So I've tried to make this work by adding the kernel_manifest (and support file "manual_add_kernel_manifest.sh") per AOKP's git repo's readme, and that "repo sync" is fine. Everything syncs perfect, but again, I get that "error" at the end of every "mka bacon".

*History:*
Anyway - after my first and only time building successfully, I tried to pull some Cyanogenmod's MMS repos (as tests to see if I could), as well as try to add in Proximity Recalibrater as a Prebuilt, into my build. And since then, I haven't been able to build at all anymore.
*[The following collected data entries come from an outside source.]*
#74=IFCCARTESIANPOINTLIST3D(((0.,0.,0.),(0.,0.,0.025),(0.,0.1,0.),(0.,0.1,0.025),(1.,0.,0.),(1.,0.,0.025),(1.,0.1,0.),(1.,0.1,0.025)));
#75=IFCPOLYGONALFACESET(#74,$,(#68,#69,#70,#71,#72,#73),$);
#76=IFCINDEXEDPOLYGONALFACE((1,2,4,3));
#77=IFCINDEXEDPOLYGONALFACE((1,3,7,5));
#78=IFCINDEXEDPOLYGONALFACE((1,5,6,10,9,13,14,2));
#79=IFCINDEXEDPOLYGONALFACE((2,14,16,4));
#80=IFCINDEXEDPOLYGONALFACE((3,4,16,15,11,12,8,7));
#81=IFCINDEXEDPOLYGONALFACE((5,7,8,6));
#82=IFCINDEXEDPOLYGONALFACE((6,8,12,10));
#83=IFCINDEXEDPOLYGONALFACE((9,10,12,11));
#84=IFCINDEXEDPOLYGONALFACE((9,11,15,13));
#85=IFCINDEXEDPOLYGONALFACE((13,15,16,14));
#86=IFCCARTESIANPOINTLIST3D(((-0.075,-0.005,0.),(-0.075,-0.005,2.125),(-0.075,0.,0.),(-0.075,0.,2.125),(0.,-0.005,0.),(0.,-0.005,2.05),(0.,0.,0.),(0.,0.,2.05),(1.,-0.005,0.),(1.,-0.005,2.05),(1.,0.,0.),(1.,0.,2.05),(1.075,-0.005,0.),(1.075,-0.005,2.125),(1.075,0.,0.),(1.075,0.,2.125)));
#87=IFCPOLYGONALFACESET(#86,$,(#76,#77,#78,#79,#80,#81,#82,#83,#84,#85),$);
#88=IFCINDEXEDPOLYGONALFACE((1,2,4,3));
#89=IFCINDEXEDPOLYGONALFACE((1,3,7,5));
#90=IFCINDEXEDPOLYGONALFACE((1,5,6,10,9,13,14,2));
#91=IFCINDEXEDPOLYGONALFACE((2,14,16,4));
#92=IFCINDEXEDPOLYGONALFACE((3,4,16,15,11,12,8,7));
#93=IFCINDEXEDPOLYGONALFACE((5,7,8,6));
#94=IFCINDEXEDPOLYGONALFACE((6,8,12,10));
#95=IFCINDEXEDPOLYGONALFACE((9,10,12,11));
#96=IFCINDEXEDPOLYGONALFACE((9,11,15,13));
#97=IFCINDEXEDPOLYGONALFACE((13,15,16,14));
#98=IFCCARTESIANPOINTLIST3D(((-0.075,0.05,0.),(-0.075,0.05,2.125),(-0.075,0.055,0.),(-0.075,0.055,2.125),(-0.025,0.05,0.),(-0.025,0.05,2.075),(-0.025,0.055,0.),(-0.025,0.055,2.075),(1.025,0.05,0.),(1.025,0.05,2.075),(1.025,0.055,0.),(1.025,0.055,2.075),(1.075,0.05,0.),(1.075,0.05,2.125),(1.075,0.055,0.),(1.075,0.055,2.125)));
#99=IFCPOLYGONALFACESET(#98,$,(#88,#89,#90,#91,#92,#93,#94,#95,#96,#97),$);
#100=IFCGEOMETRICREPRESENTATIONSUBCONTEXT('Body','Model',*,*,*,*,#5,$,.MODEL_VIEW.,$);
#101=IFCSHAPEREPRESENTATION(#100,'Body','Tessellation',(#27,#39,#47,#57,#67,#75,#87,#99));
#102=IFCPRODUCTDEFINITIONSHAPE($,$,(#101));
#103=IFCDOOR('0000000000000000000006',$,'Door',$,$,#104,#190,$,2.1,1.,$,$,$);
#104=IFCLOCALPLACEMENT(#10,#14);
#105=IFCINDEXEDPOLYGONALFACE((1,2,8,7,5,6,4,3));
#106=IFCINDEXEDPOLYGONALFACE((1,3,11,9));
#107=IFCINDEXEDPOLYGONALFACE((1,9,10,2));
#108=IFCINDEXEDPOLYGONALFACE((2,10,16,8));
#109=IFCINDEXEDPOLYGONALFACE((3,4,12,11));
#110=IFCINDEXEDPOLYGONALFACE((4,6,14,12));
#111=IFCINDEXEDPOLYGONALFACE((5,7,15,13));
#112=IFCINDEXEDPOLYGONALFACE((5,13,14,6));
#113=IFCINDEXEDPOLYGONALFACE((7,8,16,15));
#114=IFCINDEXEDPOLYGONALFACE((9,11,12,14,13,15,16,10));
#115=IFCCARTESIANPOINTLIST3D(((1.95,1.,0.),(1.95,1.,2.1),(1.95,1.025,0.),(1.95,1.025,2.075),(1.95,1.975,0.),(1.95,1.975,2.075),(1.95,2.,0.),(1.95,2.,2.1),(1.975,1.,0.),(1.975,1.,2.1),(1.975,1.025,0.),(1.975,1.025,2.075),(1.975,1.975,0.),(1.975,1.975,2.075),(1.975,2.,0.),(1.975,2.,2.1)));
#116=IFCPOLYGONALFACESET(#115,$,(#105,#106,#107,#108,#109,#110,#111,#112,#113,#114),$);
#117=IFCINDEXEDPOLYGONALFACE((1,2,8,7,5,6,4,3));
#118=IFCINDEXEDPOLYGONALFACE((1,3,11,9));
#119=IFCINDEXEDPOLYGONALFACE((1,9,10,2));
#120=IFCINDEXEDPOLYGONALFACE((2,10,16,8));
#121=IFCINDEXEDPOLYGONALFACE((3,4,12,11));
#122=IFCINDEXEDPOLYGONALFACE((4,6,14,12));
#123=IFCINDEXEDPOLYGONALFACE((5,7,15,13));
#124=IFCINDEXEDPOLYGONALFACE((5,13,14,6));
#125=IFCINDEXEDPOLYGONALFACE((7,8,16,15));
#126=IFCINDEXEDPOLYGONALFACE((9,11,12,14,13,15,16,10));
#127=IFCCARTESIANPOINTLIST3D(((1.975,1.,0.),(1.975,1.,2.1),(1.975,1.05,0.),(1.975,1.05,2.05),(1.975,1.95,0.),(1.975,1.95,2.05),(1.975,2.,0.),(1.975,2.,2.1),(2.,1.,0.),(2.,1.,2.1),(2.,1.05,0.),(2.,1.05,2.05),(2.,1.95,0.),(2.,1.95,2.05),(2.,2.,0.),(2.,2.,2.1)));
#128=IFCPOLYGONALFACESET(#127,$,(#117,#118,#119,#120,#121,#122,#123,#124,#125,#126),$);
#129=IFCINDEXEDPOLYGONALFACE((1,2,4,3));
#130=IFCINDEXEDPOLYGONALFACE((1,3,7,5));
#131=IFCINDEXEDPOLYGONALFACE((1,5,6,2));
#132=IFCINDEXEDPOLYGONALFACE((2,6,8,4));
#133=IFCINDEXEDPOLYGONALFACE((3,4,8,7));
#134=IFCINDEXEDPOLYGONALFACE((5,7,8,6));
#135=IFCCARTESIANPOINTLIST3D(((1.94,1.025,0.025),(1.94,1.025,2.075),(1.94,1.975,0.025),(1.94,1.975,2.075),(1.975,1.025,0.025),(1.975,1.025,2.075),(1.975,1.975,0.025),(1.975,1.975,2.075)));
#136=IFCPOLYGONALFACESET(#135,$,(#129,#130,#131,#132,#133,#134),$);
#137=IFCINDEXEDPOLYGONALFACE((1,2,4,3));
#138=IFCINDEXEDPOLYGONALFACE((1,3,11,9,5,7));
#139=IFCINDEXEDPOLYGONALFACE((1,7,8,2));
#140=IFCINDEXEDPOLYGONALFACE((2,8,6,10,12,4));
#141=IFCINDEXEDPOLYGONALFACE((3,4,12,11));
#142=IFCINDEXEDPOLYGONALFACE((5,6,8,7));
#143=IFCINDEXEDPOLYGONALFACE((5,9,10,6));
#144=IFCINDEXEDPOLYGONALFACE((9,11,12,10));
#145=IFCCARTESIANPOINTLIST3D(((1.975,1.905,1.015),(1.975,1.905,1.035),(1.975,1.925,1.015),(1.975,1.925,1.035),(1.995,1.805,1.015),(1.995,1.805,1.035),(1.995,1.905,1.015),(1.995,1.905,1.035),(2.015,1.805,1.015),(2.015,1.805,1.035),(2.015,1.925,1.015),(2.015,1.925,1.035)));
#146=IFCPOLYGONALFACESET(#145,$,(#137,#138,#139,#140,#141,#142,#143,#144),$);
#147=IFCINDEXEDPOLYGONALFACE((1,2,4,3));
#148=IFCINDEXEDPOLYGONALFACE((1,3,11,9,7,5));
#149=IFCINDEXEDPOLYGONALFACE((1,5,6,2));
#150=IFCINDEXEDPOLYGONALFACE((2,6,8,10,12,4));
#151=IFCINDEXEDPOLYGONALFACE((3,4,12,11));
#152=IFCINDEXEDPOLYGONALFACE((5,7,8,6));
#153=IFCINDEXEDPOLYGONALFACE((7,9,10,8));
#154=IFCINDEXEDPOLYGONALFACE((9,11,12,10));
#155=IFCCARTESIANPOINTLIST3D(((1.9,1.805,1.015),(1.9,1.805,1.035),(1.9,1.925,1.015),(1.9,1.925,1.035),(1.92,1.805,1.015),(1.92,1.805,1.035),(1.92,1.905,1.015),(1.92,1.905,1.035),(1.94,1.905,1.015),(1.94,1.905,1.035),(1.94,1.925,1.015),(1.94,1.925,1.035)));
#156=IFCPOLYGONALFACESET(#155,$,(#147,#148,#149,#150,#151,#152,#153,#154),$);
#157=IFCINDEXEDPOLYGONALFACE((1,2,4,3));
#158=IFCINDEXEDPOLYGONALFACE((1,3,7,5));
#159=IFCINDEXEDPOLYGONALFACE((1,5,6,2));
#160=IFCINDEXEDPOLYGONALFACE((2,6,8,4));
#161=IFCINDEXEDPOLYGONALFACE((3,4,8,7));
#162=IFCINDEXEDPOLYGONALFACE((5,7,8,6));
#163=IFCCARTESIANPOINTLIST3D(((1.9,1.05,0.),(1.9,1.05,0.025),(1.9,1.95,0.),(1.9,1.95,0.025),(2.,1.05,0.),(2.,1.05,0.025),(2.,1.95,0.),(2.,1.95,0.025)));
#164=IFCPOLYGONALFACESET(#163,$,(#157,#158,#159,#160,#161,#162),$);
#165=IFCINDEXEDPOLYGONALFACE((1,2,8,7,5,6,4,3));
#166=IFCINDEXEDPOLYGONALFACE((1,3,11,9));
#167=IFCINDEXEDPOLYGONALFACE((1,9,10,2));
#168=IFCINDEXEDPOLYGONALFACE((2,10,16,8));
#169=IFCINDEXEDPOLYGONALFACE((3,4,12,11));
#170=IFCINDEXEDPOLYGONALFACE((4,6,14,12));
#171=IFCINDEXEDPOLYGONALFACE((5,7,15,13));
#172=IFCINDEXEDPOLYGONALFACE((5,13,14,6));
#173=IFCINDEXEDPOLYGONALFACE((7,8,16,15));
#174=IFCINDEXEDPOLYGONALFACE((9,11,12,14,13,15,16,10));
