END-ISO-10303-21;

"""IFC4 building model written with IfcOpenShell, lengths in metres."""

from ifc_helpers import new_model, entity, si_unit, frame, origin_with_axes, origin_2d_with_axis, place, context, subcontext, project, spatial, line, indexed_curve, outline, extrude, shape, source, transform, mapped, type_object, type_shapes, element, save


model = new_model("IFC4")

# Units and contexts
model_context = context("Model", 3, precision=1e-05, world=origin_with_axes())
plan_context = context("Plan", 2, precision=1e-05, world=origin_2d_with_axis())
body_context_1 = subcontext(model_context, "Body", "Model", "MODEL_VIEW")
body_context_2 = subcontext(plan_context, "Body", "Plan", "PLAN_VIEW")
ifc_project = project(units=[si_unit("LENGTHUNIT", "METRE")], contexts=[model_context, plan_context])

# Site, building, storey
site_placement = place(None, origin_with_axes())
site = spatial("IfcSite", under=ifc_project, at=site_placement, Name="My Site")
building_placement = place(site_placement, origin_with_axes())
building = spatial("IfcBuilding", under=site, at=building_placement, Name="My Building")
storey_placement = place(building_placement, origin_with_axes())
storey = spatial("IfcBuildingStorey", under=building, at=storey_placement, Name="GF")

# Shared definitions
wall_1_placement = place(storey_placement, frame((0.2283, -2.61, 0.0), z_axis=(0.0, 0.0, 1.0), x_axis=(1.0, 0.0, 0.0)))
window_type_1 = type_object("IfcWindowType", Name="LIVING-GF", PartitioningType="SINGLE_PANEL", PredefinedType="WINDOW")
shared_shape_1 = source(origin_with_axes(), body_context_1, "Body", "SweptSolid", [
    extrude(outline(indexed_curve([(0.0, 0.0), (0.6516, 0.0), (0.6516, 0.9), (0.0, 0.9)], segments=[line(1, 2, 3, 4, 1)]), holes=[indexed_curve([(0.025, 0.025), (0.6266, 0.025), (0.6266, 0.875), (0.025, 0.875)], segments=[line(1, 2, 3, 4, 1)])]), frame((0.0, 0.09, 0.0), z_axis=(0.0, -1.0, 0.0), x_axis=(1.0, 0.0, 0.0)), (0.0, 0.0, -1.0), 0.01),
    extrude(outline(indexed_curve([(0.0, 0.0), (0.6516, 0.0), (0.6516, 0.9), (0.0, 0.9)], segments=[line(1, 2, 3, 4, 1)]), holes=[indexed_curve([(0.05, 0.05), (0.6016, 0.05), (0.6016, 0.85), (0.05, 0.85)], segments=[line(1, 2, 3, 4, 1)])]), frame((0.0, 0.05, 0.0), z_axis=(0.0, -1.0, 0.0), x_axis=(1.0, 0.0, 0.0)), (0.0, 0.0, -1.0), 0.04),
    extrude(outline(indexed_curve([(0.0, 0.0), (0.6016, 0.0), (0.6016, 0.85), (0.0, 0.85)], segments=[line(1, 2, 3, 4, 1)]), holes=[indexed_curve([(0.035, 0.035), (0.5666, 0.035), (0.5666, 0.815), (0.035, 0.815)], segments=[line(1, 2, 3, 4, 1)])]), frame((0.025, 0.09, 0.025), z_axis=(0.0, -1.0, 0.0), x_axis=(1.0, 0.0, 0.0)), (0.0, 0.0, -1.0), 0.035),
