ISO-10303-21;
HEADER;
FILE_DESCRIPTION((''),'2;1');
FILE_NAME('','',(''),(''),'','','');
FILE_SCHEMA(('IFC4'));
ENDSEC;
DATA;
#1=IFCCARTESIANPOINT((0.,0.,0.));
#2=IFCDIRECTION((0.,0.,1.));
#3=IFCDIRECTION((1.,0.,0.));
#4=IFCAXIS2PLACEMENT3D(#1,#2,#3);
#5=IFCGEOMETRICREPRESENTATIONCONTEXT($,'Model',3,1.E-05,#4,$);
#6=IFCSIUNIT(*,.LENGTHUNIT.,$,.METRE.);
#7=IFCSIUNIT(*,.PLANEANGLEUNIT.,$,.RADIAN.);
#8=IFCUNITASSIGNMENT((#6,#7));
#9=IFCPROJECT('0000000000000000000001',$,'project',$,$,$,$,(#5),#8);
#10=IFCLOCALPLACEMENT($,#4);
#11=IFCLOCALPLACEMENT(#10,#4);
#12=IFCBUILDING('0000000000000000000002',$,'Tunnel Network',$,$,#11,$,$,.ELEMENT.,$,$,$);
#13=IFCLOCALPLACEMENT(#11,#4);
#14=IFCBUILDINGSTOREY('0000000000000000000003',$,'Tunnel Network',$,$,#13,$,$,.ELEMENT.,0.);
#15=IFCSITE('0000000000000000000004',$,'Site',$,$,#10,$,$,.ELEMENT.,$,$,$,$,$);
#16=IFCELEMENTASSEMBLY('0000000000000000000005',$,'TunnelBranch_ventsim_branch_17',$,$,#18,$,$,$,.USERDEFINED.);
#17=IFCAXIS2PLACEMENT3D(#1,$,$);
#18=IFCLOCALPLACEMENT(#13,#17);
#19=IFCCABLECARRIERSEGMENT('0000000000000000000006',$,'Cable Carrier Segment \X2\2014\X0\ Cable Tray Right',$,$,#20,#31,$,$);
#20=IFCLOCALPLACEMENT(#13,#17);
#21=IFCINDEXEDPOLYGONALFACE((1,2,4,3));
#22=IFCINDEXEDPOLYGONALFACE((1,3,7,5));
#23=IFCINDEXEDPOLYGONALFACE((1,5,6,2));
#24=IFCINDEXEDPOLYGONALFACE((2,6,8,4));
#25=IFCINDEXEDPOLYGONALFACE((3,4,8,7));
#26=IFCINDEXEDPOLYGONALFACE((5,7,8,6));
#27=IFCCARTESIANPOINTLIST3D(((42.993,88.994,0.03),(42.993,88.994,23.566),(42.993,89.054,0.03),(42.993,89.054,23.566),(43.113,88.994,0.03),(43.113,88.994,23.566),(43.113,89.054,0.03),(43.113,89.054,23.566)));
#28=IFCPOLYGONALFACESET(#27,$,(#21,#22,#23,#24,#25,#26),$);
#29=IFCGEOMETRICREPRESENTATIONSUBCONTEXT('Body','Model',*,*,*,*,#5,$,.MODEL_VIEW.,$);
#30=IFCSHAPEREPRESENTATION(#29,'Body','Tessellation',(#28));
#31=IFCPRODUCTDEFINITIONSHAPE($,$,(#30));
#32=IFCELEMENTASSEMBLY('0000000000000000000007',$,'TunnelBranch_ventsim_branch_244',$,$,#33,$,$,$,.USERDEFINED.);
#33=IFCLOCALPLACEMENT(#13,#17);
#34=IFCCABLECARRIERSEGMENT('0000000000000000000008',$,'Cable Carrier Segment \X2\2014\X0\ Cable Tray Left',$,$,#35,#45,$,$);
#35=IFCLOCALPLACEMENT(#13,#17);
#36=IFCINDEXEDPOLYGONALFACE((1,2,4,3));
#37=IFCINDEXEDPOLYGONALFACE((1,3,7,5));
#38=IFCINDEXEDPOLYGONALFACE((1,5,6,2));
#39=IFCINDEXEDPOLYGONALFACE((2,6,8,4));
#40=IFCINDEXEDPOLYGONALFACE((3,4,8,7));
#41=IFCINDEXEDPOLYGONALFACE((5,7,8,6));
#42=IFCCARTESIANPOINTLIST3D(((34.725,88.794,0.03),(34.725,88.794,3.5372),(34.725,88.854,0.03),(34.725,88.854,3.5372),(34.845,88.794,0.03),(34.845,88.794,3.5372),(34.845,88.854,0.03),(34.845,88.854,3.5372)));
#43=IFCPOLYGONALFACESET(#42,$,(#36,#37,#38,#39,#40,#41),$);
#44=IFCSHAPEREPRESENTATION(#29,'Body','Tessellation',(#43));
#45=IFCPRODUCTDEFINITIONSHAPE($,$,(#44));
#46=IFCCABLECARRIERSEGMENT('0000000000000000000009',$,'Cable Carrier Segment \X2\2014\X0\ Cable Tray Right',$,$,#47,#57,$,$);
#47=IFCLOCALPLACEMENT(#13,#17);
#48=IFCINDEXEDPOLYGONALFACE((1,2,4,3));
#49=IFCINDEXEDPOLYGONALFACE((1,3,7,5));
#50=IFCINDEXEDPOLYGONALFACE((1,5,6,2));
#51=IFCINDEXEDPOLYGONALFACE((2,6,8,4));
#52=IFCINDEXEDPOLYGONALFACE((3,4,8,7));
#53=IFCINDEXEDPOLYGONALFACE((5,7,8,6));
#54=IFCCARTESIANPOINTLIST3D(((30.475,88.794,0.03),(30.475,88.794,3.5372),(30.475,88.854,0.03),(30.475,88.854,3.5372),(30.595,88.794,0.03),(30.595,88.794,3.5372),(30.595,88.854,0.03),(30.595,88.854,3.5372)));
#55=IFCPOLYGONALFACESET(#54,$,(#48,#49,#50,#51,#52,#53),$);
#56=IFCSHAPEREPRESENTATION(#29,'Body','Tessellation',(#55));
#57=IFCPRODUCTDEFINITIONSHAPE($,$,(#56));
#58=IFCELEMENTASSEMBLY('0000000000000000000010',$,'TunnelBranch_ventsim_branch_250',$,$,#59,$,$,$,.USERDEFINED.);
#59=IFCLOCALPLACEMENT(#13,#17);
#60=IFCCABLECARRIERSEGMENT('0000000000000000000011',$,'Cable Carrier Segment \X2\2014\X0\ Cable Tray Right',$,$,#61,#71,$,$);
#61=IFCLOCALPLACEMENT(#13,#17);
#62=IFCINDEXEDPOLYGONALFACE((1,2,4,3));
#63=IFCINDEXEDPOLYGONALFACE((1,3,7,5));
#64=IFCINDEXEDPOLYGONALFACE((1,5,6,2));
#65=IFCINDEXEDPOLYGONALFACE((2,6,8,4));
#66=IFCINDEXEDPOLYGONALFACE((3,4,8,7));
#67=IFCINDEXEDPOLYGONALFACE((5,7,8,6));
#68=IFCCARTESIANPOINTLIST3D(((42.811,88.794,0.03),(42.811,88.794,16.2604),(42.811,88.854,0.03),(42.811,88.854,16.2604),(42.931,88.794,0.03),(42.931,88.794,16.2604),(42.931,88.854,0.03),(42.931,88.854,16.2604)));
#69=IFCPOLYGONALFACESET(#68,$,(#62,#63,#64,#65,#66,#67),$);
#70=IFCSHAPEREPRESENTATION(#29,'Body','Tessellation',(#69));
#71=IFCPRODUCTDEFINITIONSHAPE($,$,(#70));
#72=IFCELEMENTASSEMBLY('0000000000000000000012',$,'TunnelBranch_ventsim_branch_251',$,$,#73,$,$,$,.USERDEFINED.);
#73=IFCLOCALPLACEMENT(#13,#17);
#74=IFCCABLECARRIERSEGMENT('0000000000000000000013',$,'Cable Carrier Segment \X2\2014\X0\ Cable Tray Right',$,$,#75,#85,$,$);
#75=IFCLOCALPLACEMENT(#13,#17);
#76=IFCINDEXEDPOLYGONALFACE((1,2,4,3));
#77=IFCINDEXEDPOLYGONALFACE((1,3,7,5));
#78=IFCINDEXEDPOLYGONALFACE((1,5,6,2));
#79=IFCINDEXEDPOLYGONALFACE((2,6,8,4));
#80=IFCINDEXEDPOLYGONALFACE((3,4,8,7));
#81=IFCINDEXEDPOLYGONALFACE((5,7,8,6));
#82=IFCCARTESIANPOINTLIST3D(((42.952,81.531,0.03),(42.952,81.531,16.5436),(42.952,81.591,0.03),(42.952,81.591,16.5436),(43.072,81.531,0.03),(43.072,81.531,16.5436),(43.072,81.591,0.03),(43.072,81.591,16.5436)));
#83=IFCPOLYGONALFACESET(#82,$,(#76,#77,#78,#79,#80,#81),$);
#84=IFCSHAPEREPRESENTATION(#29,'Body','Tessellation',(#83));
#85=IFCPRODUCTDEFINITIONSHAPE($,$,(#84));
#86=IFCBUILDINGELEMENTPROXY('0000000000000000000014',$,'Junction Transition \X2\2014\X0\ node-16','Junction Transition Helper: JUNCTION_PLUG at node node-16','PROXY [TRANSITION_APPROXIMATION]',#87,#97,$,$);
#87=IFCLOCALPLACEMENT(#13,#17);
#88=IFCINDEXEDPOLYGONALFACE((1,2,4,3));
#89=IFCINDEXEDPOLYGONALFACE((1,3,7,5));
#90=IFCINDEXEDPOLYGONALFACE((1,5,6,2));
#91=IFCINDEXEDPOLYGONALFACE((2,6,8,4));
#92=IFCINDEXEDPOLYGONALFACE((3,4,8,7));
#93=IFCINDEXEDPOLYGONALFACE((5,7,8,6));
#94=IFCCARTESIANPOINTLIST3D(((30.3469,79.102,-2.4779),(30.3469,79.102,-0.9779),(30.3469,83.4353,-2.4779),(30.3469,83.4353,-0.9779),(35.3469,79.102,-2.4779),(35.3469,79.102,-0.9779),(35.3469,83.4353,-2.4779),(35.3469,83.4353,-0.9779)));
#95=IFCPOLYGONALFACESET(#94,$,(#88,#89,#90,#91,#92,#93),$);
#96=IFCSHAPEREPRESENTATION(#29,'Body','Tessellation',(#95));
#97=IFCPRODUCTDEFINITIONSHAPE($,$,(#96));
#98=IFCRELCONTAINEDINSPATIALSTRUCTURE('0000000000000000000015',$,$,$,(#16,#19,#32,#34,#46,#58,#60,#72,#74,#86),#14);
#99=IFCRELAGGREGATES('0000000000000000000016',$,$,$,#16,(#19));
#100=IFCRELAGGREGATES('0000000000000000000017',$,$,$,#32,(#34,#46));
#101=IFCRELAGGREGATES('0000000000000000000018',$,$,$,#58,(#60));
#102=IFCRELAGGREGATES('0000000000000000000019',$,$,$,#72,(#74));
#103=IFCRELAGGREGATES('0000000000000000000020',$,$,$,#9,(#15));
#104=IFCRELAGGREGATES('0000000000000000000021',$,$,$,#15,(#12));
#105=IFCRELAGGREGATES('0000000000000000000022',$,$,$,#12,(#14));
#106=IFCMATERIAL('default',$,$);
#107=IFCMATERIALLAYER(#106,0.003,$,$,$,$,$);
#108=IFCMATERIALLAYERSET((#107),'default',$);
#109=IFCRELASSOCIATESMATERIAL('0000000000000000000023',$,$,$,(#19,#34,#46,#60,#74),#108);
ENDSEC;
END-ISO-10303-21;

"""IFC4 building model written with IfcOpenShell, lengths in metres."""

from ifc_helpers import new_model, si_unit, frame, origin_with_axes, origin_2d_with_axis, place, context, subcontext, project, spatial, rectangle, extrude, material, layer, layer_set, layer_usage, element, aggregate, save


model = new_model("IFC4")

# Units and contexts
model_context = context("Model", 3, precision=1e-05, world=origin_with_axes())
body_context = subcontext(model_context, "Body", "Model", "MODEL_VIEW")
ifc_project = project(units=[si_unit("LENGTHUNIT", "METRE"), si_unit("PLANEANGLEUNIT", "RADIAN")], contexts=[model_context])

# Site, building, storey
site_placement = place(None, origin_with_axes())
site = spatial("IfcSite", under=ifc_project, at=site_placement, Name="Site", CompositionType="ELEMENT")
building_placement = place(site_placement, origin_with_axes())
building = spatial("IfcBuilding", under=site, at=building_placement, Name="Tunnel Network", CompositionType="ELEMENT")
storey_placement = place(building_placement, origin_with_axes())
storey = spatial("IfcBuildingStorey", under=building, at=storey_placement, Name="Tunnel Network", CompositionType="ELEMENT", Elevation=0.0)

# Shared definitions
ifc_material_1 = material(Name="default")
ifc_layer_1 = layer(ifc_material_1, 0.003)
ifc_layer_set_1 = layer_set([ifc_layer_1], Name="default")

# Element assembly, cable carrier segment
assembly_1_placement = place(storey_placement, frame((45.178, 90.149, 1.25), z_axis=(0.0, 1.0, 0.0), x_axis=(-1.0, 0.0, 0.0)))
assembly_1 = element("IfcElementAssembly", 1, at=assembly_1_placement, inside=storey, Name="TunnelBranch_ventsim_branch_17", PredefinedType="USERDEFINED")
ifc_layer_usage_1 = layer_usage(ifc_layer_set_1, "AXIS2", "POSITIVE", 0.0)
cable_carrier_segment_1_placement = place(storey_placement, frame((43.053, 89.024, 0.03), z_axis=(0.0, 0.0, 1.0), x_axis=(-1.0, 0.0, 0.0)))
cable_carrier_segment_1 = element("IfcCableCarrierSegment", 2, at=cable_carrier_segment_1_placement, inside=storey, material=ifc_layer_usage_1, Name="Cable Carrier Segment — Cable Tray Right", context=body_context, shape_type="SweptSolid", body=[
    extrude(rectangle(XDim=0.12, YDim=0.06, at=origin_2d_with_axis()), origin_with_axes(), (0.0, 0.0, 1.0), 23.536),
])
aggregate(assembly_1, [cable_carrier_segment_1])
I've even "rm -rf" my sokp folder, and started fresh, _but I still _get that same issue that happens, no build and that kernel stuff dumped to terminal before it ends.

So - since I still can build CM every time (and they boot up on my phone lol), it has to be something really stupid I'm doing with my aokp stuff... So, what's your thoughts?


----------



## espmartin (Sep 21, 2012)

Lots of tree replacements and syncs - and I can build AOKP again!! YES!!! 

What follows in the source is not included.